* **WORK ITEM**: Reproduce the first line of the material below and each line after it, exactly, through the line containing "#28=IFCINDEXEDPOLYGONALFACE((5,41,43,7));", and give nothing more.

* **GIVEN DATA**:
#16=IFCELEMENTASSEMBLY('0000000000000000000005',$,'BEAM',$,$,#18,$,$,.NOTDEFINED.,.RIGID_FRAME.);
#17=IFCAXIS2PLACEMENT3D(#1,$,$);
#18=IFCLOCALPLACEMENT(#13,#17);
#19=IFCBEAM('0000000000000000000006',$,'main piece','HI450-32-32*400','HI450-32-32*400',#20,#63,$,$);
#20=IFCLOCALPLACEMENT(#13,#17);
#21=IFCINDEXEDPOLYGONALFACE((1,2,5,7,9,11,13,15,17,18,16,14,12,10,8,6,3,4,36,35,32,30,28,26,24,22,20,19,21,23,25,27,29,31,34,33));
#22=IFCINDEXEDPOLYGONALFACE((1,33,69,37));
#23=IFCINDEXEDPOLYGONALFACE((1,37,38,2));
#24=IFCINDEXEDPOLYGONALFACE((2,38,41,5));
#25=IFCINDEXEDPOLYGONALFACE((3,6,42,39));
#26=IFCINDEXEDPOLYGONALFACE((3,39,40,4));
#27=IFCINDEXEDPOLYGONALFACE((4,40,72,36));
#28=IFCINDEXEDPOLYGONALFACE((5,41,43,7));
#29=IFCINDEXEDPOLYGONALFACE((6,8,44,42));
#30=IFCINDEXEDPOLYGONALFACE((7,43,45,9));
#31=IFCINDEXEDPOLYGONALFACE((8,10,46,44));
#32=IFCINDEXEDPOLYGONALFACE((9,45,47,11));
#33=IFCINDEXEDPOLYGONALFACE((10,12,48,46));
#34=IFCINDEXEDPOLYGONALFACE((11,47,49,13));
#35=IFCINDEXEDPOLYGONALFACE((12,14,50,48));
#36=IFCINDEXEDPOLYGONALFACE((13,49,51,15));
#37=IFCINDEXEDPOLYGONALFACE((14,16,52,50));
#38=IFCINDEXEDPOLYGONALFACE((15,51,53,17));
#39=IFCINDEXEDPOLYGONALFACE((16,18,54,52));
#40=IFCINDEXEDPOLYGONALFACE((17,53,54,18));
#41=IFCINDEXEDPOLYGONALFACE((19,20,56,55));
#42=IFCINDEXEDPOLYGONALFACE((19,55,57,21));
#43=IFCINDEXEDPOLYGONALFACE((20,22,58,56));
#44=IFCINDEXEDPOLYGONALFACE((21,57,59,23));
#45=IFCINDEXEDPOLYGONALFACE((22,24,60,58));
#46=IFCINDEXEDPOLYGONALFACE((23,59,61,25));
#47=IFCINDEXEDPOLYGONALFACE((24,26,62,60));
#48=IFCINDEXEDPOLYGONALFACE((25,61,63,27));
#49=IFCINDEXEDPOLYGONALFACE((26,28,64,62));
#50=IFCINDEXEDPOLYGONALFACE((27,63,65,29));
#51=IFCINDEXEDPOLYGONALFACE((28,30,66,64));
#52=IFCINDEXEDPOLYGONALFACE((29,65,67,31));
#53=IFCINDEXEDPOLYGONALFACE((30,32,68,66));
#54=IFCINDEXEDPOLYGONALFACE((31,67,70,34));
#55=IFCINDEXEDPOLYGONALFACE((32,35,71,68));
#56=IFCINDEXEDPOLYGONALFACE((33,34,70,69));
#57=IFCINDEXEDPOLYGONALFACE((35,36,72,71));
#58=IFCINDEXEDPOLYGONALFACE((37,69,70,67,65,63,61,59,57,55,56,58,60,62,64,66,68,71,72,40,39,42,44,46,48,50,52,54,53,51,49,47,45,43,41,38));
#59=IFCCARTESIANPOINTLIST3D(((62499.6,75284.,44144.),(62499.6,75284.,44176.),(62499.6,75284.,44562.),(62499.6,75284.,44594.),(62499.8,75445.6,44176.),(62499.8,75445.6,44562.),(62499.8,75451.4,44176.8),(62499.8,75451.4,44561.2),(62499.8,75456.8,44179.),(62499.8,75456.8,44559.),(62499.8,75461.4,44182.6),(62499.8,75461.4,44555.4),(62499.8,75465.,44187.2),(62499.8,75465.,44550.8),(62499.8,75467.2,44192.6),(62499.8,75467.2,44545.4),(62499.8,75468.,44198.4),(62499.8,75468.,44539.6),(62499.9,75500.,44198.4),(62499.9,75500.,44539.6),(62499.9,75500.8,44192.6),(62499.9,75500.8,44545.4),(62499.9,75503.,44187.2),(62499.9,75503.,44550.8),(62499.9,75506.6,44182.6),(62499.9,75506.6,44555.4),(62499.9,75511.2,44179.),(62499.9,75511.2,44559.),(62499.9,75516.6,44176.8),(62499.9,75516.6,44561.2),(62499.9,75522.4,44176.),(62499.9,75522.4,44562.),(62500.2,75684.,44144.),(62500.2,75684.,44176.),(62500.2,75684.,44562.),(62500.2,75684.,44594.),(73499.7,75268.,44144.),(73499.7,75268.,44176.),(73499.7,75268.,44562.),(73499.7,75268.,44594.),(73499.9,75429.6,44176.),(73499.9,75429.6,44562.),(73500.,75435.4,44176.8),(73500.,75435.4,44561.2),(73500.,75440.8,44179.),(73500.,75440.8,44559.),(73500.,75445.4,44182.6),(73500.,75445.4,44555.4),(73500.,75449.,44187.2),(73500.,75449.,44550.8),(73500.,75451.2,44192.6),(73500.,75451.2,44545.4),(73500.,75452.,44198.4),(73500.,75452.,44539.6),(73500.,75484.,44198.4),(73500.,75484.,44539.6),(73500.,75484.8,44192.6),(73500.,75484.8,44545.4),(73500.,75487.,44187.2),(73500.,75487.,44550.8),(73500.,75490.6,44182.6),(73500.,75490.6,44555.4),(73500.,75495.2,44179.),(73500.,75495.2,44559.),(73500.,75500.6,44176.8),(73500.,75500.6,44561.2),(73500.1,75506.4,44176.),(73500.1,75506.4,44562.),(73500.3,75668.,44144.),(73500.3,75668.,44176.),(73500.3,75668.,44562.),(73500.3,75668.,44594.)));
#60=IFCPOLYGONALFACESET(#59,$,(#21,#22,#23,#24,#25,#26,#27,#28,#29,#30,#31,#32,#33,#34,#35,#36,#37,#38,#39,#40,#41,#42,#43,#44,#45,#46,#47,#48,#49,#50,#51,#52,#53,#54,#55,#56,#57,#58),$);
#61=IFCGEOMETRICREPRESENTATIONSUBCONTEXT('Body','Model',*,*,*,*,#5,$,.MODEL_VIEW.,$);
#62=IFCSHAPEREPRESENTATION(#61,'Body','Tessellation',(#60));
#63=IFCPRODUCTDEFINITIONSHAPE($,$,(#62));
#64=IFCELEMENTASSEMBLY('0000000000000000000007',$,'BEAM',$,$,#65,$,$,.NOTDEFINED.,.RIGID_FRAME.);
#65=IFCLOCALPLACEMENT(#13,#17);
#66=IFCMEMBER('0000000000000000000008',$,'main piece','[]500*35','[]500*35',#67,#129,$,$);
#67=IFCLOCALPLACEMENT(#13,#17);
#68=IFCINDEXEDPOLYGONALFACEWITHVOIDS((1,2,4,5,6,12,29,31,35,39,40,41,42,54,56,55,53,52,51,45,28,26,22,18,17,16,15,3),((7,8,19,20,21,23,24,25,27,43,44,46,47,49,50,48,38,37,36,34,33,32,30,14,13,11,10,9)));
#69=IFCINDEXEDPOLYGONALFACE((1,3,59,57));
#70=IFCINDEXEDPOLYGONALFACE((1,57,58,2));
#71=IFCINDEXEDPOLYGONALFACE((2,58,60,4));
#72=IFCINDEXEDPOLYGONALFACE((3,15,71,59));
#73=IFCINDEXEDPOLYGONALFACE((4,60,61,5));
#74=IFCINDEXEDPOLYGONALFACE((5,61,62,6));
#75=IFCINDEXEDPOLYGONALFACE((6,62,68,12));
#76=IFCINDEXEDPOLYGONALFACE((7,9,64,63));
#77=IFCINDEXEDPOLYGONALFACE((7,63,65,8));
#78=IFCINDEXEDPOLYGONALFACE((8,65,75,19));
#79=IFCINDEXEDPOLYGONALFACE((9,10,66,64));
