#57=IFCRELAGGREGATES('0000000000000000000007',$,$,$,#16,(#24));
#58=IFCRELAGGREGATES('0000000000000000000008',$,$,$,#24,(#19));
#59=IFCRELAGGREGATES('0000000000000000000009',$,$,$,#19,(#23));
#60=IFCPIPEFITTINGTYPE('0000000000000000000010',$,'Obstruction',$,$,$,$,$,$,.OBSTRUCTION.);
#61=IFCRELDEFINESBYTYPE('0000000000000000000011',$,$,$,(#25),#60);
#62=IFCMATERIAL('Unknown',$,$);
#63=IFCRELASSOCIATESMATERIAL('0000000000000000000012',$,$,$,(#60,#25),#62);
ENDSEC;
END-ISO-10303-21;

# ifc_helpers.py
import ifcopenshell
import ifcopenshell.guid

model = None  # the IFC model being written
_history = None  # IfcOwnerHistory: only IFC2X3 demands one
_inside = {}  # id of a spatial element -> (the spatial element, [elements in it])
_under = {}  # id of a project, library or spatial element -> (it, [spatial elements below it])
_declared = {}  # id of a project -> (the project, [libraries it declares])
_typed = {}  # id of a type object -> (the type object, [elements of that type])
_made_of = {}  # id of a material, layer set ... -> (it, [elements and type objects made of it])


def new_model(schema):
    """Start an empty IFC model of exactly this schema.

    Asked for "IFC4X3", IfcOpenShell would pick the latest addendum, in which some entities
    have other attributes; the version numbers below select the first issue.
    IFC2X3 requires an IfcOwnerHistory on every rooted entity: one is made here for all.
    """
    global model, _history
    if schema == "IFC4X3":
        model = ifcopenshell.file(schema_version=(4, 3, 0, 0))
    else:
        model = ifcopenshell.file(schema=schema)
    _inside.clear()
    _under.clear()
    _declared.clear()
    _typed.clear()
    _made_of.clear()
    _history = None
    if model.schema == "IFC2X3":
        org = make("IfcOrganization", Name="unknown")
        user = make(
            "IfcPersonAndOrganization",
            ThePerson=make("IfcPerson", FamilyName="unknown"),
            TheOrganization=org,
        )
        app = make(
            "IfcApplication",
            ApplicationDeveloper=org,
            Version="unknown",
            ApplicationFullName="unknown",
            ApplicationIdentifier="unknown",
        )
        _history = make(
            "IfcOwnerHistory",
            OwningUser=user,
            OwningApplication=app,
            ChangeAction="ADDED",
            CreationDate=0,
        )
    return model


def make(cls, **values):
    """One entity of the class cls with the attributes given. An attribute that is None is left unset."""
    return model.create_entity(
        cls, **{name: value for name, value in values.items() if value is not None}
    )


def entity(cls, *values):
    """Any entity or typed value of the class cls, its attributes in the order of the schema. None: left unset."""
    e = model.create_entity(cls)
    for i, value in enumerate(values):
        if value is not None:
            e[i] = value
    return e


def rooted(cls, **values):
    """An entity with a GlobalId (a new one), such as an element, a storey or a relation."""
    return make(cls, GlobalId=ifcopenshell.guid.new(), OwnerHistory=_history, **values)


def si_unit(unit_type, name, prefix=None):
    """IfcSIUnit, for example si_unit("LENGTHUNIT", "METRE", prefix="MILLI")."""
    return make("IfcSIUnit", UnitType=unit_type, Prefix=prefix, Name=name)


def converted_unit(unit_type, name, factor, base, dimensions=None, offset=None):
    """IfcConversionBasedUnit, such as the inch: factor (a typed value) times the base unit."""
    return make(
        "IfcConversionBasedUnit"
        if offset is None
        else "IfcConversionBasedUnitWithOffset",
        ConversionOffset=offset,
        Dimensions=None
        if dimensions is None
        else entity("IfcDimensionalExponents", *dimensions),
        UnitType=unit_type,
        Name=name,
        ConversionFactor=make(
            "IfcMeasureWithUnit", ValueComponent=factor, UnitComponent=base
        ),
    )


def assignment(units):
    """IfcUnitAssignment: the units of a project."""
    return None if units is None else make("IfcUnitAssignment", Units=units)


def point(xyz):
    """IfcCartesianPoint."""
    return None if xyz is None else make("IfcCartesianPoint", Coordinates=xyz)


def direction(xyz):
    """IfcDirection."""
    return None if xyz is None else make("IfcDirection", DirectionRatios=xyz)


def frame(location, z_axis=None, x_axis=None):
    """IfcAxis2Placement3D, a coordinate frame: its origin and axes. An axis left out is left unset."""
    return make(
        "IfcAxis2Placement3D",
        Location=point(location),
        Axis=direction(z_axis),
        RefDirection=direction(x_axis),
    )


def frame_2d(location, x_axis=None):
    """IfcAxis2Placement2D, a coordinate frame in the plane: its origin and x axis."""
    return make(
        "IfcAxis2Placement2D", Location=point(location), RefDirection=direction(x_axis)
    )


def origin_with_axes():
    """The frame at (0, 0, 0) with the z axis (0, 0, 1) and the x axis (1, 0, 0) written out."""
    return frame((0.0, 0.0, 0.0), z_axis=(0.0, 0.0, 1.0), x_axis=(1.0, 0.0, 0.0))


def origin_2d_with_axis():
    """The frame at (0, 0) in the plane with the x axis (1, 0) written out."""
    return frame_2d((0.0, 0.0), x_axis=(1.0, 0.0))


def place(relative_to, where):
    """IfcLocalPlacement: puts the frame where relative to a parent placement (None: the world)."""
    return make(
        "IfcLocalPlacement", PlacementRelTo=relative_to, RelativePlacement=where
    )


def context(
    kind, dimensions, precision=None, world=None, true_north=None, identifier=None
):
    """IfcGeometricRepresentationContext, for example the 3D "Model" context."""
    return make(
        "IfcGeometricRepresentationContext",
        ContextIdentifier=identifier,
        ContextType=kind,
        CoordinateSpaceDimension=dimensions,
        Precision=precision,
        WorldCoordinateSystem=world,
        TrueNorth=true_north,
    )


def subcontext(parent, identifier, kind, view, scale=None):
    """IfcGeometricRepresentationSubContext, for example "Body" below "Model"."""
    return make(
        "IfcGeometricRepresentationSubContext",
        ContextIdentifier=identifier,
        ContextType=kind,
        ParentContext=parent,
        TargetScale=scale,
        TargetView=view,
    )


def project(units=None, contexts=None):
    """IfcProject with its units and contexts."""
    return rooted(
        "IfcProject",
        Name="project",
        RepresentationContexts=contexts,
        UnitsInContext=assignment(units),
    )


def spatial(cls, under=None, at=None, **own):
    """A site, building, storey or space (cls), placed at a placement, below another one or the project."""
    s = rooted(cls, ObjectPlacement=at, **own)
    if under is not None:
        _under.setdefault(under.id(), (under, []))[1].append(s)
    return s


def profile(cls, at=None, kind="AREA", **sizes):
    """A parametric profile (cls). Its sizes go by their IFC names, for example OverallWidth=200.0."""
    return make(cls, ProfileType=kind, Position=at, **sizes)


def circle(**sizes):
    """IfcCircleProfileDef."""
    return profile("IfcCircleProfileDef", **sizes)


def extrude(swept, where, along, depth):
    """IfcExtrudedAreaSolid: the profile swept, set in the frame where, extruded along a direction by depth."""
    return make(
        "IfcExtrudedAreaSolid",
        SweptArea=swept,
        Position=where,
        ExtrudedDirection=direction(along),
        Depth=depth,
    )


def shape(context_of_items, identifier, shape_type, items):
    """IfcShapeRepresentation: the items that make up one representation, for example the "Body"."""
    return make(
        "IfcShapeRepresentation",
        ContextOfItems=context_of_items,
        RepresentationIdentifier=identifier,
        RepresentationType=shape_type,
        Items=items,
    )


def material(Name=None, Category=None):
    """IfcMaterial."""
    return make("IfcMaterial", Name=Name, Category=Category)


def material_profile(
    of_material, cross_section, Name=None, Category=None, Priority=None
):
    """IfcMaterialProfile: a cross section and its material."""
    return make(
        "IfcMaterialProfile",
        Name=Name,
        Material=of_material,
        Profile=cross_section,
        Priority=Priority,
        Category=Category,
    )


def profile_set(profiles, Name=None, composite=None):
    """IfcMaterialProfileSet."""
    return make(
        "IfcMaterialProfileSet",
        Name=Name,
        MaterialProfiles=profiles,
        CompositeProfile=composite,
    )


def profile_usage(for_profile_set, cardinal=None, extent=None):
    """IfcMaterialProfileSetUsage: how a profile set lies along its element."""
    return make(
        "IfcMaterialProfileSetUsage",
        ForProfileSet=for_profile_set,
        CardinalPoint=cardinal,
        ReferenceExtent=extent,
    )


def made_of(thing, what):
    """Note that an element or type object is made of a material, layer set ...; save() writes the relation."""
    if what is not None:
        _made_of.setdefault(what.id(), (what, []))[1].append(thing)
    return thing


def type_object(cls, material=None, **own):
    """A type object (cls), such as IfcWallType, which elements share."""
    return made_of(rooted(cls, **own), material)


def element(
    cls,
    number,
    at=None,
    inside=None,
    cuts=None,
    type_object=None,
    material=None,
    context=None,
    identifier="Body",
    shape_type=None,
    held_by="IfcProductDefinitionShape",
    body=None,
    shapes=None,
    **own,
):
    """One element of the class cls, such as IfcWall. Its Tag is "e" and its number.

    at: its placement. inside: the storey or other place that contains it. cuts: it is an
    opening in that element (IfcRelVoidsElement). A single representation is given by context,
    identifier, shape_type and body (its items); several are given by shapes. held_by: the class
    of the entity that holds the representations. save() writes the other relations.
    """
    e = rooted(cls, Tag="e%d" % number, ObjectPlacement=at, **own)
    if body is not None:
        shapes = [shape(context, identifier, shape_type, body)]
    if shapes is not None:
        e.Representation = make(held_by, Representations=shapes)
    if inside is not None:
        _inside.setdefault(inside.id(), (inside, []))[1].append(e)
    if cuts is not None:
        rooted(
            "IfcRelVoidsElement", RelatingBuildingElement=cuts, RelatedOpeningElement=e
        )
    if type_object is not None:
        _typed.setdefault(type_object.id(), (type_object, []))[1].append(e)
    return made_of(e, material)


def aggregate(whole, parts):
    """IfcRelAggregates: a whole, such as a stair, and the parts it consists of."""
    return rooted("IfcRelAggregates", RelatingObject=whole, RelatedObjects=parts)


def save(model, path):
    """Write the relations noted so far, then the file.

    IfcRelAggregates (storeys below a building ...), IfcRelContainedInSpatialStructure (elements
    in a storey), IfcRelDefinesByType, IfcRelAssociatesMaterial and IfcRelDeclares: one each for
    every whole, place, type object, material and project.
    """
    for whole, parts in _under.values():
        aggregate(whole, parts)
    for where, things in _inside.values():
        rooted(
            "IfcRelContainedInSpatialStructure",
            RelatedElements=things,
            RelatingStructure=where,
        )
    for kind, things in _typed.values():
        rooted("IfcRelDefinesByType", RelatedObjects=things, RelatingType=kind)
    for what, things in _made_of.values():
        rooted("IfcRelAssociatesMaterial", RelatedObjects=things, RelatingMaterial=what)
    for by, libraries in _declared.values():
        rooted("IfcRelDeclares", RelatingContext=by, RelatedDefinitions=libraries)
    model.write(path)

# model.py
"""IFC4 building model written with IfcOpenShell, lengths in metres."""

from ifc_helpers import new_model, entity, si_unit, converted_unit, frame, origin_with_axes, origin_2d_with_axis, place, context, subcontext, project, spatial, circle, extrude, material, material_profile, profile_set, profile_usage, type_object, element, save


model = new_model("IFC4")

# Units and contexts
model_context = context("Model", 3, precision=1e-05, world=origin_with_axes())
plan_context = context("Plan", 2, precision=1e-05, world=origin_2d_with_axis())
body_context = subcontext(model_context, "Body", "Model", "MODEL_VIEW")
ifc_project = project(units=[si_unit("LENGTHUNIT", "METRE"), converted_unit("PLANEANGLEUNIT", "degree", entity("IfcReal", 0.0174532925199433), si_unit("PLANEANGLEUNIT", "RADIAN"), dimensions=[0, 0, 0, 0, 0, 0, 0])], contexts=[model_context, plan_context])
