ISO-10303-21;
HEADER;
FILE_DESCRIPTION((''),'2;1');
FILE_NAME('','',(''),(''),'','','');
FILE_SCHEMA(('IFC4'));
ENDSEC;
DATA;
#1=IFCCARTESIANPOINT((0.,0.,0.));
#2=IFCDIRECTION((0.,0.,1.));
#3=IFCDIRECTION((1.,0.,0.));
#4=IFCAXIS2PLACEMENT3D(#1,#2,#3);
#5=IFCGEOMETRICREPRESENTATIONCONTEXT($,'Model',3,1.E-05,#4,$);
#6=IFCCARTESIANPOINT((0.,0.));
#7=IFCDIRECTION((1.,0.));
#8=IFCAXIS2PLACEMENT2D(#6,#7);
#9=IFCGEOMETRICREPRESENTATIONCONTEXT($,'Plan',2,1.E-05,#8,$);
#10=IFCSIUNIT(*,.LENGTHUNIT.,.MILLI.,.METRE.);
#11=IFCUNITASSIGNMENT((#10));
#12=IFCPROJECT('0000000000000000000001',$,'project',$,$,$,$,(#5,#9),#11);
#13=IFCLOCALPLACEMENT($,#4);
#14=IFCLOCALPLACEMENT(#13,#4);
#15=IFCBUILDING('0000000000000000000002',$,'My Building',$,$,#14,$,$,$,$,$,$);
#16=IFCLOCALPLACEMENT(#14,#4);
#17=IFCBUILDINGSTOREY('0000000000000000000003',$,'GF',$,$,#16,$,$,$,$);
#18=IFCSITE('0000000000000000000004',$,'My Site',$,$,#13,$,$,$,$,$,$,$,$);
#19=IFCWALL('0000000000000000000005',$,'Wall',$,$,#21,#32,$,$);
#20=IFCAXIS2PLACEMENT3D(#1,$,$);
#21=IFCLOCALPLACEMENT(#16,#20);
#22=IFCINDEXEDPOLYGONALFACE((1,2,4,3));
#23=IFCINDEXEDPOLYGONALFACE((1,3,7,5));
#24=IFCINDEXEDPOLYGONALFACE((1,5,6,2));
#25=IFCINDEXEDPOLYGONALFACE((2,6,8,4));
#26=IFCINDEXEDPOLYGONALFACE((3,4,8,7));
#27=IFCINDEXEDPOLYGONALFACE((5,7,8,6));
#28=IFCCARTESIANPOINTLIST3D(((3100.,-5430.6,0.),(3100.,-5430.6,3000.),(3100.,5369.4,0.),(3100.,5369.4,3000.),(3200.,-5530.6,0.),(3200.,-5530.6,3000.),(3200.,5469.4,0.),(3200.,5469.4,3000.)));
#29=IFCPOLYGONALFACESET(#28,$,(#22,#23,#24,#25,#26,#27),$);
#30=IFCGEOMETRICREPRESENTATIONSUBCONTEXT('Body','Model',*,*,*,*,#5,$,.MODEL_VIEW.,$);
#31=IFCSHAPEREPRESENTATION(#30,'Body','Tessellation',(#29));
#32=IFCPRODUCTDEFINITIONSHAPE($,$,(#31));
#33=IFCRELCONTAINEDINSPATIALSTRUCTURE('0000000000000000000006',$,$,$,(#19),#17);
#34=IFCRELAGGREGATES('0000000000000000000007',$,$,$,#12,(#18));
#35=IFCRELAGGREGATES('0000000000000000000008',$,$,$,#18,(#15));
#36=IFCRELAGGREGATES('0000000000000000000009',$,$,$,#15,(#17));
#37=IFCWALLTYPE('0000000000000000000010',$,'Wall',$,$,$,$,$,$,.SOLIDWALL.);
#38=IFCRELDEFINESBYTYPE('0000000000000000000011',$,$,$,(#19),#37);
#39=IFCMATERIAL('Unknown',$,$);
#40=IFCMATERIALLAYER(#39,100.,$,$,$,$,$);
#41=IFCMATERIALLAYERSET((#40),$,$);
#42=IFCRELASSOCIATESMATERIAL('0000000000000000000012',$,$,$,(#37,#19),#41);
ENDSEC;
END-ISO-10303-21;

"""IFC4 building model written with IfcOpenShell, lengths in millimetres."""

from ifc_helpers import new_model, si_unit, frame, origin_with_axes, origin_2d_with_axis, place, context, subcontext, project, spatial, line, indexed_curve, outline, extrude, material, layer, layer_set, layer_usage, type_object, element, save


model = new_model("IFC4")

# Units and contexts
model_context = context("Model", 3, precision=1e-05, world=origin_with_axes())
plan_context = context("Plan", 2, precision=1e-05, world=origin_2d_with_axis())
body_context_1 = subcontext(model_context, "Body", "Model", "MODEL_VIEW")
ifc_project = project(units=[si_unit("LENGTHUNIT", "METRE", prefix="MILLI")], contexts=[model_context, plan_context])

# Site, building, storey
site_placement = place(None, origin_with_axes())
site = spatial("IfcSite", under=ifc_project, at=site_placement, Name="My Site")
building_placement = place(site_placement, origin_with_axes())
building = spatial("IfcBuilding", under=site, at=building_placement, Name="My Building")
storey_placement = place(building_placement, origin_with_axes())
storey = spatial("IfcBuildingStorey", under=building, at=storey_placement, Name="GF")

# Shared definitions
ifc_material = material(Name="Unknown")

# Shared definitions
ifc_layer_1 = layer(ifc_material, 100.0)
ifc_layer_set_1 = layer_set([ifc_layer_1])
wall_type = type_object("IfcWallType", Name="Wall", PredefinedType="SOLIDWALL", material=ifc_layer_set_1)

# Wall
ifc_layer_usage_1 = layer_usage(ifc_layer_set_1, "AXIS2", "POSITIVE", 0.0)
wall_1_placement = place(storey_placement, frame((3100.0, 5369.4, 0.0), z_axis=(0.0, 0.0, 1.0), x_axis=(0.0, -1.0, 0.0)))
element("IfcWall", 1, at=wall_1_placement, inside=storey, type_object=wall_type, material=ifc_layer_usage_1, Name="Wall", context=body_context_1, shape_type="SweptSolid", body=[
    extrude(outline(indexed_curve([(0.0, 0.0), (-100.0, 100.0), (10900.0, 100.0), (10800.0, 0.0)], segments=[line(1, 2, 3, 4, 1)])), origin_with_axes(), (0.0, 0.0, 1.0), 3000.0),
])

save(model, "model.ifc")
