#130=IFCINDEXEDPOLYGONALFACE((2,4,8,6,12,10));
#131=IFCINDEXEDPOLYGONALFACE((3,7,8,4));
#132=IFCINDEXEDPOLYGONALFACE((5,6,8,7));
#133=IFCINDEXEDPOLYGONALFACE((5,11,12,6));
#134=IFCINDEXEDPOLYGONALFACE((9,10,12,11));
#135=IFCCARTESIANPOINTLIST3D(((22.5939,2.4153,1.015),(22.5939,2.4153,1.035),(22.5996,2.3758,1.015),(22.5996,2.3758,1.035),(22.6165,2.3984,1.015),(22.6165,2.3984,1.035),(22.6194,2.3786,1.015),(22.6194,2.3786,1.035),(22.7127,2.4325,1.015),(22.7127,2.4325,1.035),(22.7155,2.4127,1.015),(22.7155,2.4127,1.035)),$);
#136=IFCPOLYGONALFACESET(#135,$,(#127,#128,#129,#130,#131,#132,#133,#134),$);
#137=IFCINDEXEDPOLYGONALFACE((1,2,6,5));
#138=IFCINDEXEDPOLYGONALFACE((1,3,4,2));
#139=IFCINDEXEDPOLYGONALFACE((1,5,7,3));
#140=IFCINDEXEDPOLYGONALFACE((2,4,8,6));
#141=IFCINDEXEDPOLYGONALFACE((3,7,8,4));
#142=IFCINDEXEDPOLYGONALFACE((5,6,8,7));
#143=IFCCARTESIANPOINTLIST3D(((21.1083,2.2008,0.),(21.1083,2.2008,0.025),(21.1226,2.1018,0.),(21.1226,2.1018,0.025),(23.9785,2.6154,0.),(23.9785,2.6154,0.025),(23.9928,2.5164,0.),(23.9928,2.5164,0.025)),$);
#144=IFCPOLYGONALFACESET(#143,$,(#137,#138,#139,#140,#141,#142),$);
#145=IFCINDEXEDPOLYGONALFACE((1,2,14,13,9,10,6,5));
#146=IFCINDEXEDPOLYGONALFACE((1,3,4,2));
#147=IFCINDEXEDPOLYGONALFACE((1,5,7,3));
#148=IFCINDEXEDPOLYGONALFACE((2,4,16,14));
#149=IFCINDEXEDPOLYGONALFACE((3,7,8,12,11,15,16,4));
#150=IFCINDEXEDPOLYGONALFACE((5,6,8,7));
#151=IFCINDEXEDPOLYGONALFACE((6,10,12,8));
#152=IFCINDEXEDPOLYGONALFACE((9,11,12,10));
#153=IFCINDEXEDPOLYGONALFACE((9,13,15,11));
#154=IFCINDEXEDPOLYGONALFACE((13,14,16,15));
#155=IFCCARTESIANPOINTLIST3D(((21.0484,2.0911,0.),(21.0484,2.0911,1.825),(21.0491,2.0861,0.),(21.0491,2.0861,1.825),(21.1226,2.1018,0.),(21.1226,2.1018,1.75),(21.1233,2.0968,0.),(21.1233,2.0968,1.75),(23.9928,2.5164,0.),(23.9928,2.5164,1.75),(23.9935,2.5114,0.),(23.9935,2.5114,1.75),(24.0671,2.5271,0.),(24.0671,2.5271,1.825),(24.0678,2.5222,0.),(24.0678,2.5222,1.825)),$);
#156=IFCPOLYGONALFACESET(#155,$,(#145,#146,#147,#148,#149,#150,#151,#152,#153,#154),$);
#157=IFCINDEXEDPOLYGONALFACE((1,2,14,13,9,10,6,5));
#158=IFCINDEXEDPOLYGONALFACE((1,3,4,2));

* **RESPONSE**:
#16=IFCELEMENTASSEMBLY('0000000000000000000005',$,'BEAM',$,$,#18,$,$,.NOTDEFINED.,.RIGID_FRAME.);
#17=IFCAXIS2PLACEMENT3D(#1,$,$);
#18=IFCLOCALPLACEMENT(#13,#17);
#19=IFCBEAM('0000000000000000000006',$,'main piece','HI450-32-32*400','HI450-32-32*400',#20,#63,$,$);
#20=IFCLOCALPLACEMENT(#13,#17);
#21=IFCINDEXEDPOLYGONALFACE((1,2,5,7,9,11,13,15,17,18,16,14,12,10,8,6,3,4,36,35,32,30,28,26,24,22,20,19,21,23,25,27,29,31,34,33));
#22=IFCINDEXEDPOLYGONALFACE((1,33,69,37));
#23=IFCINDEXEDPOLYGONALFACE((1,37,38,2));
#24=IFCINDEXEDPOLYGONALFACE((2,38,41,5));
#25=IFCINDEXEDPOLYGONALFACE((3,6,42,39));
#26=IFCINDEXEDPOLYGONALFACE((3,39,40,4));
#27=IFCINDEXEDPOLYGONALFACE((4,40,72,36));
#28=IFCINDEXEDPOLYGONALFACE((5,41,43,7));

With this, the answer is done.